Was he regretting untying that ankle-rope? "I'd like that very much, thanks. It's rather important to me."

The
I'm-pretending-I-don't-care
shrug again. As if the only way Jin could imagine keeping any living thing was by tying it up and feeding it, lest it run away and never be seen again.

Jin bustled about after breakfast to feed meat shreds to the falcon, bread bits to the chickens, and other carefully sorted scraps to the rats and the residents of the glass boxes. He cleaned cages and swished out and refilled water pans with fresh drinks all round. Miles was quietly impressed with his thoroughness, though the boy might have also been dragging his feet, reluctant to end this visit. In due course, and feeling much stronger and less dizzy, Miles followed his guide cautiously down the ladder once more.

Chapter Three

Miles trailed Jin through another unlocked metal door, down some stairs into a disturbingly darkened corridor, through a utility tunnel, and into yet another building. Subliminal sounds and smells, as well as better lighting, suggested this one was occupied, and indeed, around another turn they came to what had obviously once been an employee kitchen and cafeteria. About a dozen people lingered there, some cooking, some eating. All watched in wary silence as the pair passed, except for a young woman working at an industrial-sized mixer who spotted Jin, waved a large spoon in the air, and called him to breakfast.

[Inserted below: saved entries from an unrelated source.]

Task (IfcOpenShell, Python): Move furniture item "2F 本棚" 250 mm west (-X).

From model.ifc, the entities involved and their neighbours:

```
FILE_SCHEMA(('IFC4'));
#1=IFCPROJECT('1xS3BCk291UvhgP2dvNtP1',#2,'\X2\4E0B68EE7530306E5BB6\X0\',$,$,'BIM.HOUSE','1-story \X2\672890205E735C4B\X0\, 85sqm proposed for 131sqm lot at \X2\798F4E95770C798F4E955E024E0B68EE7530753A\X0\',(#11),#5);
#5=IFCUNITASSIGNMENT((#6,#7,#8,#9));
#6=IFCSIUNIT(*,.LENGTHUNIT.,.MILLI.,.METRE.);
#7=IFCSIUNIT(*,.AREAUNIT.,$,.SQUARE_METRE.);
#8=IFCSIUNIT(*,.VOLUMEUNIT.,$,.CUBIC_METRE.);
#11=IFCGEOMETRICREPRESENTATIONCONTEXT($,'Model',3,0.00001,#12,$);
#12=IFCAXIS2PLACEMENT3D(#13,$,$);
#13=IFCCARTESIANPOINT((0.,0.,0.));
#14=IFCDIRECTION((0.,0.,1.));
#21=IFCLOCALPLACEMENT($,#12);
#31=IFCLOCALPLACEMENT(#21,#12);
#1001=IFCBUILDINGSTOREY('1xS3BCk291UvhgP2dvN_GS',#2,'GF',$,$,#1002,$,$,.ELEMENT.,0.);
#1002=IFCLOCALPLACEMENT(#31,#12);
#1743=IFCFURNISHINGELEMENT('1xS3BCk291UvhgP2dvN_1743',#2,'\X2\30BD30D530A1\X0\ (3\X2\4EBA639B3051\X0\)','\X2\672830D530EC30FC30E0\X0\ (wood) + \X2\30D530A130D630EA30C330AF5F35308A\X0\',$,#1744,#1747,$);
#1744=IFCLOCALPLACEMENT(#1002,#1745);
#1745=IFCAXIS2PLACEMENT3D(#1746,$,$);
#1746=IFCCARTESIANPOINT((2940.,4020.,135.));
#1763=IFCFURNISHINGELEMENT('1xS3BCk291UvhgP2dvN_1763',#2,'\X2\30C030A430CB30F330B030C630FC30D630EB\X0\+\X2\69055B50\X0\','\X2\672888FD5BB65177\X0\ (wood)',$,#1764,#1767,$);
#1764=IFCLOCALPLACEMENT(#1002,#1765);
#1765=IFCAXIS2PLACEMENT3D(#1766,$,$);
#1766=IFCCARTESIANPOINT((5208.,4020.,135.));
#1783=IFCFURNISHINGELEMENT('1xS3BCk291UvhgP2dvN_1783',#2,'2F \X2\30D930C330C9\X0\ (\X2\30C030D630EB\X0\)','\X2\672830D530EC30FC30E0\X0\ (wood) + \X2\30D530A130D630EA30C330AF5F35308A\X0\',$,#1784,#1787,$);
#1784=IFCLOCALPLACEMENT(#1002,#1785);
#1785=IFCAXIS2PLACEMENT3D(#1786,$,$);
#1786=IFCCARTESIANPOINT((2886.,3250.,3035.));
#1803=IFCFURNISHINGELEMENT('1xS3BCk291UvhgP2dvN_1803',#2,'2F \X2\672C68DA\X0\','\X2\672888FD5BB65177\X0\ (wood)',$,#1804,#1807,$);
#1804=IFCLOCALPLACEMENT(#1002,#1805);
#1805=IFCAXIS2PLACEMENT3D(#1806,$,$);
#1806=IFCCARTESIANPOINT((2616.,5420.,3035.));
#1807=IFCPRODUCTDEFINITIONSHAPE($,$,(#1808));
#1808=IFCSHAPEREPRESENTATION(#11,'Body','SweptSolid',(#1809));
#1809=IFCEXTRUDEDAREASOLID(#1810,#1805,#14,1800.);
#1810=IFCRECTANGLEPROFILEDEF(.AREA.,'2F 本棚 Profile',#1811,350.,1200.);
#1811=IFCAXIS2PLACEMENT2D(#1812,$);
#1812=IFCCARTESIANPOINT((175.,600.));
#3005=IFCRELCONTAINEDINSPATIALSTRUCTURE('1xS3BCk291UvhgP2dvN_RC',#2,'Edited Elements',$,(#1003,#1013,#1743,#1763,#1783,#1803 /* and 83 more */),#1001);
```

```python
import ifcopenshell
import ifcopenshell.api.geometry
import ifcopenshell.util.placement

model = ifcopenshell.open("model.ifc")

item = model.by_guid("1xS3BCk291UvhgP2dvN_1803")
matrix = ifcopenshell.util.placement.get_local_placement(item.ObjectPlacement)
matrix[0, 3] -= 250.0
ifcopenshell.api.geometry.edit_object_placement(model, product=item, matrix=matrix, is_si=False)

print(ifcopenshell.util.placement.get_local_placement(item.ObjectPlacement).round(3) + 0.0)

model.write("model_rev.ifc")
```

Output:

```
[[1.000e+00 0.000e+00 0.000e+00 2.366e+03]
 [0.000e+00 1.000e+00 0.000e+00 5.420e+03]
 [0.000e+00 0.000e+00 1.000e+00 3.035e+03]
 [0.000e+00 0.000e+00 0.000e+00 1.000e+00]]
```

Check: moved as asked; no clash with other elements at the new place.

Jin faltered, sniffing at the aroma of baked goods wafting from her vicinity, but then smiled and shook his head. "Later, Ako! I got a guest!" Miles stared back over his shoulder as Jin drew him onward.

Along a corridor two flights up, they passed a row of doors to what formerly, Miles thought, might have been offices, but now seemed to be living quarters. Through the open ones he saw filtered daylight, and piles of personal junk variously tidy or messy, the sort of shabby, battered goods that only folks who feared they couldn't get more would ever use, or save. The people he glimpsed seemed to be mostly dozing in bedrolls on the floor, or puttering quietly. A few residents squinted back at Miles as they passed. While they seemed a mix of ages, a disproportionate number were elderly. Maybe the able-bodied young ones, like Ako-the-cook, were out doing things?